KETIKKABAR.com – Mantan prajurit Korps Marinir, Satria Arta Kumbara, resmi dipecat dari TNI AL usai melakukan desersi dan terlibat dalam praktik judi online.
Selain itu, Satria juga diketahui memiliki utang pribadi mencapai Rp750 juta yang turut memicu keputusannya meninggalkan dinas kemiliteran.
Informasi ini disampaikan langsung oleh Komandan Korps Marinir (Dankormar) Mayjen TNI (Mar) Endi Supardi dalam wawancara dengan media pada Kamis (24/7/2025).
“Dia adalah prajurit Korps Marinir yang dulunya masuk dari jalur tamtama, kemudian naik lewat bintara reguler. Pangkat terakhirnya Sersan Satu,” ujar Endi.
Mayjen Endi mengungkapkan, Satria memiliki catatan kedisiplinan yang buruk, termasuk gaya hidup hedonis dan kecanduan judi online (judol). Untuk menopang gaya hidup tersebut, Satria disebut meminjam uang dalam jumlah besar dari bank, termasuk dari BRI dan BNI.
Click here to preview your posts with PRO themes ››
“Angkanya kurang lebih di Rp750 juta. Mungkin untuk menutup itu dia judi online. Tapi ternyata judi online kan tidak membantu, malah semakin membuat dia terjerumus,” jelasnya.
Situasi tersebut berujung pada tindakan desersi. Satria dinyatakan tidak masuk dinas sejak 2022 dan menghilang tanpa kabar.
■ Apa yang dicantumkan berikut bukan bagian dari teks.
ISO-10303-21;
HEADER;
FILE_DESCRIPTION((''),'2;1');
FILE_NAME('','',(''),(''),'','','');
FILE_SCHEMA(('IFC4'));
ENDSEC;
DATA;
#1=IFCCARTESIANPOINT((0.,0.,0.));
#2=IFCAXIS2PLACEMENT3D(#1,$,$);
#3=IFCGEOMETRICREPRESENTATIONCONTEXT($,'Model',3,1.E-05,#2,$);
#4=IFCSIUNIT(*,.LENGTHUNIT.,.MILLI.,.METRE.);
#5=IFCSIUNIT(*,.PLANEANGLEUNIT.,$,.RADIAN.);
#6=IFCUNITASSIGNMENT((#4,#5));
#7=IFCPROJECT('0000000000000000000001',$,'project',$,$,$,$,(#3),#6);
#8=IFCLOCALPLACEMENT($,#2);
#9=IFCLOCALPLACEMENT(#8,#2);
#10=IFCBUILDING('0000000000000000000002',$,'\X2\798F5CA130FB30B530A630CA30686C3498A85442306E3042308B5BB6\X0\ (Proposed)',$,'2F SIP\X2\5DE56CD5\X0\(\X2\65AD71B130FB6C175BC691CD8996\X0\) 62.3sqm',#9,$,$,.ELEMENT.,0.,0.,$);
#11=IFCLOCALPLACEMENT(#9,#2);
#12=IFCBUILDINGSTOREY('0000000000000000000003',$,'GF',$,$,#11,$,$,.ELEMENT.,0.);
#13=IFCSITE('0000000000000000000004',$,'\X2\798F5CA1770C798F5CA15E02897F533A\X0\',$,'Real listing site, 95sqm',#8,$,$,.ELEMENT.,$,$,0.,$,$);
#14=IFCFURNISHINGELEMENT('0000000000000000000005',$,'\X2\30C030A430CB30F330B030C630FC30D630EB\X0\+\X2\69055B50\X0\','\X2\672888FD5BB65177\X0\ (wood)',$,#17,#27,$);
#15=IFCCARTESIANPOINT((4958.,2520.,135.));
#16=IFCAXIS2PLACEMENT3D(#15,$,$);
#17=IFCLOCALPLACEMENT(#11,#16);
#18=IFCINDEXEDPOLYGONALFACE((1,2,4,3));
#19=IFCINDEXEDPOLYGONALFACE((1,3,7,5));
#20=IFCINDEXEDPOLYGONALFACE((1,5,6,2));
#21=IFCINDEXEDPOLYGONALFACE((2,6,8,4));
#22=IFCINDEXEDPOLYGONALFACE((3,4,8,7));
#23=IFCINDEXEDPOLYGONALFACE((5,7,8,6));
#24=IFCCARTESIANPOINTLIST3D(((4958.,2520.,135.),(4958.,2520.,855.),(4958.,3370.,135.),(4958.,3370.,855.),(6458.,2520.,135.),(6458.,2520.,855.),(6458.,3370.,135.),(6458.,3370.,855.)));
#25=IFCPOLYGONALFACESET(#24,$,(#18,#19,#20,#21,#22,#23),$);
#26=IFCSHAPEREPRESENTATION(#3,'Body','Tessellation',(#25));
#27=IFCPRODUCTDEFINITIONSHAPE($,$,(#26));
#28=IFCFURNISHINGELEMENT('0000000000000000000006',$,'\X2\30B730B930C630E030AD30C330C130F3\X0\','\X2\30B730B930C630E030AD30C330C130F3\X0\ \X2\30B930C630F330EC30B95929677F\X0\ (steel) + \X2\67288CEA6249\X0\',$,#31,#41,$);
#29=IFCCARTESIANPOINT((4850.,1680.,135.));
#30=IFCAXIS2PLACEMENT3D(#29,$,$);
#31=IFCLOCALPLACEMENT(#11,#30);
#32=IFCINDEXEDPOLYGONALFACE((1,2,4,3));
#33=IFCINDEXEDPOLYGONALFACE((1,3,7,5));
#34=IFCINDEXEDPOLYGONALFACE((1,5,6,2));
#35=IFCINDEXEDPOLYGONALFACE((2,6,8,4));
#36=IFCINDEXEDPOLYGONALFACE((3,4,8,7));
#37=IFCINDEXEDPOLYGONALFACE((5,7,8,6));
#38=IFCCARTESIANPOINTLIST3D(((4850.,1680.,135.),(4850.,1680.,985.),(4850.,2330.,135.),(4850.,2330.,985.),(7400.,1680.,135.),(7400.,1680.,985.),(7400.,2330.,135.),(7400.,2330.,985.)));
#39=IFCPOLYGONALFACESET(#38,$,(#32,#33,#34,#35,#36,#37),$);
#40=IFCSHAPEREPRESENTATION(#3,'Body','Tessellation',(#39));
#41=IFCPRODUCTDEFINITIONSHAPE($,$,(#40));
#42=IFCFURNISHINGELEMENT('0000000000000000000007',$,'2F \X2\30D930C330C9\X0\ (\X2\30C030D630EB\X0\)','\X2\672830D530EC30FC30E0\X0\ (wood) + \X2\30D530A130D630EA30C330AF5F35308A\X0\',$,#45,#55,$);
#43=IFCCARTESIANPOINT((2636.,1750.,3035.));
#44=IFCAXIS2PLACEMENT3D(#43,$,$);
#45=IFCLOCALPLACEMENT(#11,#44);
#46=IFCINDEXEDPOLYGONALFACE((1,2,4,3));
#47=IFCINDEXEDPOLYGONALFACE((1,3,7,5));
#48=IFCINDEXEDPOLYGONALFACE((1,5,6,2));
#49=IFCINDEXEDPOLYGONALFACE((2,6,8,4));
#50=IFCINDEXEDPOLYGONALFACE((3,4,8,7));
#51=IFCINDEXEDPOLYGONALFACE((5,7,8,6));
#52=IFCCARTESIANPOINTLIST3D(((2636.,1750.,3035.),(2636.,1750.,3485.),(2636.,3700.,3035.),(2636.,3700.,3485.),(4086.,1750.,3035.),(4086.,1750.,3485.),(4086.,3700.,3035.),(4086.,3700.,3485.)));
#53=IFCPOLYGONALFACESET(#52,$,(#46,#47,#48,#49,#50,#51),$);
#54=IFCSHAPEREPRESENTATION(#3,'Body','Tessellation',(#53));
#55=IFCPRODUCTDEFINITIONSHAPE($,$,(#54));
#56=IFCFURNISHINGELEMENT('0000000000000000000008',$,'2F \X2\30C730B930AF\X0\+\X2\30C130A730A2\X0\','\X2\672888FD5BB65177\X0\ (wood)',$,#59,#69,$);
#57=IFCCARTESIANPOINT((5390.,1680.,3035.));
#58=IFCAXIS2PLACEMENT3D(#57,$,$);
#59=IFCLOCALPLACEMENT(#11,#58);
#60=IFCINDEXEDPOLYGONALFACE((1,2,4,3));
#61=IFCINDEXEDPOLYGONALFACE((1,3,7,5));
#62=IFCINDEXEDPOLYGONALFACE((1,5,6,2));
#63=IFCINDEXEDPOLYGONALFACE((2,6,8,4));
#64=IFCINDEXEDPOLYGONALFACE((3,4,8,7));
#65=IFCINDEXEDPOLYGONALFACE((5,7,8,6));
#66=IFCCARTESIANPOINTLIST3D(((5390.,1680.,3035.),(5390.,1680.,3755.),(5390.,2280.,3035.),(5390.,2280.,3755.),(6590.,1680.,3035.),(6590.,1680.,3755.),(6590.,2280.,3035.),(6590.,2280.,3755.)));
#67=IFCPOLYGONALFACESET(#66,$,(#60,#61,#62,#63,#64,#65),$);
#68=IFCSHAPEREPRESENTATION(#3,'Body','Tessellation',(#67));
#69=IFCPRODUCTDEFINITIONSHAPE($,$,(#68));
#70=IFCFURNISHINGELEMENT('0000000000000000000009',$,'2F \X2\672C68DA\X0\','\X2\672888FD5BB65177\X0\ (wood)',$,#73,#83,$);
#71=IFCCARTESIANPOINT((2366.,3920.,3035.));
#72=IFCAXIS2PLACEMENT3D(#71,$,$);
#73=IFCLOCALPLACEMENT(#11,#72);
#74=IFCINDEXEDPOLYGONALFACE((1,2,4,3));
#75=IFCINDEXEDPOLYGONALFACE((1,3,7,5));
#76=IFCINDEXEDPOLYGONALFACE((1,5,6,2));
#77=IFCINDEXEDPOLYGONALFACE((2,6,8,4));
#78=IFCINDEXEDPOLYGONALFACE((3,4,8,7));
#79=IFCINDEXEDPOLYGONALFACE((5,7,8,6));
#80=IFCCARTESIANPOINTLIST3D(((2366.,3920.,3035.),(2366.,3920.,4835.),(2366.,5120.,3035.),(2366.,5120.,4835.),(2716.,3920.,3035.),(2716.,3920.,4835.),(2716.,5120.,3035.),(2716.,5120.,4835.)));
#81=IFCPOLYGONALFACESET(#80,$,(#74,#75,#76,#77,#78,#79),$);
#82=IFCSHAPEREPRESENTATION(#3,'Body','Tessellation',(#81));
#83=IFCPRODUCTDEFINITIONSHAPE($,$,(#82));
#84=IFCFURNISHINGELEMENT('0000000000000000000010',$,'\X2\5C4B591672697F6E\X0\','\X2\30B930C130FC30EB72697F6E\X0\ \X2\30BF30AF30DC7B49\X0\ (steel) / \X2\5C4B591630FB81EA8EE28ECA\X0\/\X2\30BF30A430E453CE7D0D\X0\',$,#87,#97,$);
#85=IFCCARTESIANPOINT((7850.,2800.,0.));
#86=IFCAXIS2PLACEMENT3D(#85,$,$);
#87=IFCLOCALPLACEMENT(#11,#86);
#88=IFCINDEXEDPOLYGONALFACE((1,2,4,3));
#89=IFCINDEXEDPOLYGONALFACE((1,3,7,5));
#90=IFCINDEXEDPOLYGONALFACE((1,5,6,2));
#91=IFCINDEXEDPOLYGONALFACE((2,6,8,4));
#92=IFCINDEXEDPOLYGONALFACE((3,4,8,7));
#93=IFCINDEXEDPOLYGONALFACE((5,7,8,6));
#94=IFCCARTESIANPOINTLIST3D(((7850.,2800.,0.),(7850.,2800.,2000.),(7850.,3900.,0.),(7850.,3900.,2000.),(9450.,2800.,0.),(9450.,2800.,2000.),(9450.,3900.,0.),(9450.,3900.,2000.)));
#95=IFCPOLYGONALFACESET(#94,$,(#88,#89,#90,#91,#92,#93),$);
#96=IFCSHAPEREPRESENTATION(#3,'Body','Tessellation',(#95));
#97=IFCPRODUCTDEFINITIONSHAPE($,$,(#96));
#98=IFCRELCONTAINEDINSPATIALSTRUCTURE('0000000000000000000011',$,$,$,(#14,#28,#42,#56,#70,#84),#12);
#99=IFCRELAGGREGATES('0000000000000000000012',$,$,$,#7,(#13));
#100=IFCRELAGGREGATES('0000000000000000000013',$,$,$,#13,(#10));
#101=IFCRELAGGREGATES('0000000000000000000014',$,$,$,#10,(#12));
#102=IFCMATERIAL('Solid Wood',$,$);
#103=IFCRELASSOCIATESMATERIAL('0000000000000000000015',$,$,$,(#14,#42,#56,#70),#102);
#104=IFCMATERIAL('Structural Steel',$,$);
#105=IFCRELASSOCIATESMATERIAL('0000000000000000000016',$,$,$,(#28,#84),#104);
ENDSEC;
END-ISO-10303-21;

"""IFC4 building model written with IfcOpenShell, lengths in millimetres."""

from ifc_helpers import new_model, si_unit, frame, frame_2d, origin, place, context, project, spatial, rectangle, extrude, material, element, save


model = new_model("IFC4")

# Units and contexts
model_context = context("Model", 3, precision=1e-05, world=origin())
ifc_project = project(units=[si_unit("LENGTHUNIT", "METRE", prefix="MILLI"), si_unit("PLANEANGLEUNIT", "RADIAN")], contexts=[model_context])

# Site, building, storey
site_placement = place(None, origin())
site = spatial("IfcSite", under=ifc_project, at=site_placement, Name="福岡県福岡市西区", ObjectType="Real listing site, 95sqm", CompositionType="ELEMENT", RefElevation=0.0)
building_placement = place(site_placement, origin())
building = spatial("IfcBuilding", under=site, at=building_placement, Name="福岡・サウナと水風呂のある家 (Proposed)", ObjectType="2F SIP工法(断熱・気密重視) 62.3sqm", CompositionType="ELEMENT", ElevationOfRefHeight=0.0, ElevationOfTerrain=0.0)
storey_placement = place(building_placement, origin())
storey = spatial("IfcBuildingStorey", under=building, at=storey_placement, Name="GF", CompositionType="ELEMENT", Elevation=0.0)

# Shared definitions
ifc_material_1 = material(Name="Solid Wood")

# Shared definitions
ifc_material_2 = material(Name="Structural Steel")

# Furnishing elements
furnishing_1_placement = place(storey_placement, frame((4958.0, 2520.0, 135.0)))
element("IfcFurnishingElement", 1, at=furnishing_1_placement, inside=storey, material=ifc_material_1, Name="ダイニングテーブル+椅子", Description="木製家具 (wood)", context=model_context, shape_type="SweptSolid", body=[
    extrude(rectangle(XDim=1500.0, YDim=850.0, at=frame_2d((750.0, 425.0))), frame((4958.0, 2520.0, 135.0)), (0.0, 0.0, 1.0), 720.0),
])
furnishing_2_placement = place(storey_placement, frame((4850.0, 1680.0, 135.0)))
element("IfcFurnishingElement", 2, at=furnishing_2_placement, inside=storey, material=ifc_material_2, Name="システムキッチン", Description="システムキッチン ステンレス天板 (steel) + 木質扉", context=model_context, shape_type="SweptSolid", body=[
    extrude(rectangle(XDim=2550.0, YDim=650.0, at=frame_2d((1275.0, 325.0))), frame((4850.0, 1680.0, 135.0)), (0.0, 0.0, 1.0), 850.0),
])
furnishing_3_placement = place(storey_placement, frame((2636.0, 1750.0, 3035.0)))
element("IfcFurnishingElement", 3, at=furnishing_3_placement, inside=storey, material=ifc_material_1, Name="2F ベッド (ダブル)", Description="木フレーム (wood) + ファブリック張り", context=model_context, shape_type="SweptSolid", body=[
    extrude(rectangle(XDim=1450.0, YDim=1950.0, at=frame_2d((725.0, 975.0))), frame((2636.0, 1750.0, 3035.0)), (0.0, 0.0, 1.0), 450.0),
])
furnishing_4_placement = place(storey_placement, frame((5390.0, 1680.0, 3035.0)))
element("IfcFurnishingElement", 4, at=furnishing_4_placement, inside=storey, material=ifc_material_1, Name="2F デスク+チェア", Description="木製家具 (wood)", context=model_context, shape_type="SweptSolid", body=[
    extrude(rectangle(XDim=1200.0, YDim=600.0, at=frame_2d((600.0, 300.0))), frame((5390.0, 1680.0, 3035.0)), (0.0, 0.0, 1.0), 720.0),
])
furnishing_5_placement = place(storey_placement, frame((2366.0, 3920.0, 3035.0)))
element("IfcFurnishingElement", 5, at=furnishing_5_placement, inside=storey, material=ifc_material_1, Name="2F 本棚", Description="木製家具 (wood)", context=model_context, shape_type="SweptSolid", body=[
    extrude(rectangle(XDim=350.0, YDim=1200.0, at=frame_2d((175.0, 600.0))), frame((2366.0, 3920.0, 3035.0)), (0.0, 0.0, 1.0), 1800.0),
])
furnishing_6_placement = place(storey_placement, frame((7850.0, 2800.0, 0.0)))
element("IfcFurnishingElement", 6, at=furnishing_6_placement, inside=storey, material=ifc_material_2, Name="屋外物置", Description="スチール物置 タクボ等 (steel) / 屋外・自転車/タイヤ収納", context=model_context, shape_type="SweptSolid", body=[
    extrude(rectangle(XDim=1600.0, YDim=1100.0, at=frame_2d((800.0, 550.0))), frame((7850.0, 2800.0, 0.0)), (0.0, 0.0, 1.0), 2000.0),
])

save(model, "model.ifc")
Pihak Korps Marinir sempat mengirim tiga kali surat panggilan dan bahkan mendatangi kediamannya, namun Satria tidak pernah merespons.
Setelah melewati prosedur internal, status Satria akhirnya ditetapkan sebagai desersi, dan proses pemecatan pun dilakukan pada tahun 2023.
“Yang bersangkutan sudah tidak lagi menjadi prajurit Korps Marinir dan bukan bagian dari keluarga besar TNI AL,” tegas Endi.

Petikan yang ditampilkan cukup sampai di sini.